Подсадил Юрку, вскарабкался он, вцепился в повод и гриву, оцепенел. Привыкает.  А меня кто же подсадит? Попрыгал, попрыгал, ещё теодолит за спиной - никак. Подвел лошадь к крылечку, кое как взгромоздился. Ого! А где же рейка? А рейка лежит на земле. Пришлось опять слезать. Прислонил рейку к перилам крыльца, вскарабкался на кобылу, подхватил рейку и тронул поводья. Кони явно не рысаки, заезжанные клячи.  Но Юрка уже освоился:
       - А ну, залетная!  Кобыла не обратила внимания на Юркин восторг и наклонилась к корыту попить воды. Юрка не ожидал такого коварства, съехал по шее лошади и упал около корыта с треногой за спиной.

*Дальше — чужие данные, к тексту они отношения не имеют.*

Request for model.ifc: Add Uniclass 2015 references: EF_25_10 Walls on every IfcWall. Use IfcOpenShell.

First a look at what the model holds.

```python
import ifcopenshell

model = ifcopenshell.open("model.ifc")
print(model.schema)
print("classifications:", [c.Name for c in model.by_type("IfcClassification")])
for ifc_class in ("IfcDoor", "IfcRoof", "IfcStair", "IfcWall", "IfcWindow"):
    print(ifc_class, len(model.by_type(ifc_class)))
```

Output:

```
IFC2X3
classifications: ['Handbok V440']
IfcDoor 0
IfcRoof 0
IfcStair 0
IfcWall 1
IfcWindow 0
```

```python
import ifcopenshell
import ifcopenshell.api.classification

model = ifcopenshell.open("model.ifc")

# IFC2X3 requires Source and Edition and has no link from the project to the system.
system = model.create_entity("IfcClassification", Source="NBS", Edition="2015", Name="Uniclass 2015")

codes = {
    "IfcWall": ("EF_25_10", "Walls"),
}
for ifc_class, (code, name) in codes.items():
    products = model.by_type(ifc_class)
    ifcopenshell.api.classification.add_reference(
        model, products=products, classification=system, identification=code, name=name
    )
    print(code, len(products))

model.write("model-out.ifc")
```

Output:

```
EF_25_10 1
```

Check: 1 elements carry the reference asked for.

Лошадь испугалась и  шарахнулась в сторону. Как долго уговаривали мы её пойти с нами на маршрут. 
Вернулись на маяк в 20 часов. Работу мы всю закончили вовремя. Из Николаевска никого нет. Это уже свинство. Сколько можно ждать? Уточняющей радиограммы тоже нет.

24 сентября.

После завтрака навьючили лошадей и добрались до Кайгана. Простились с Борисовым, поблагодарили за гостеприимство, пригласили в гости. Сели на мотовоз, доехали до Катангли. Ждем поезда из Охи. Здесь он стоит 30 минут и затем идет обратно. Если Колыхалов приедет, то уж этим поездом . Если мы этим поездом не уедем, то ждать до пятницы, до 27 сентября. Продуктов нет, деньги командировочные кончились, только на билеты, хлеб в Катанге не купишь.
Пришёл поезд, сошли люди, Ивана опять нет. Нет так нет. И нашей вины нет. Взяли билеты и поехали в Оху и далее самолетом в Николаевск.
 
Вот как бывает. Колыхалов приехал этим же поездом. Сошёл не доезжая одну остановку до Катангли. Решил пройтись по тайге, поохотится и с трофеями прибыть на маяк.
Ну и предсказания из поэмы про Эмму сбылись. Мы ещё до дома не добрались, когда  случайно встретились в Николаевске с командиром части. Командир был очень раздосадован от нашего  вида,  а особенно от  Юркиной щетины на морде.
Юрка получил выговор за неопрятность; я строгий. За самовольное возвращение из командировки.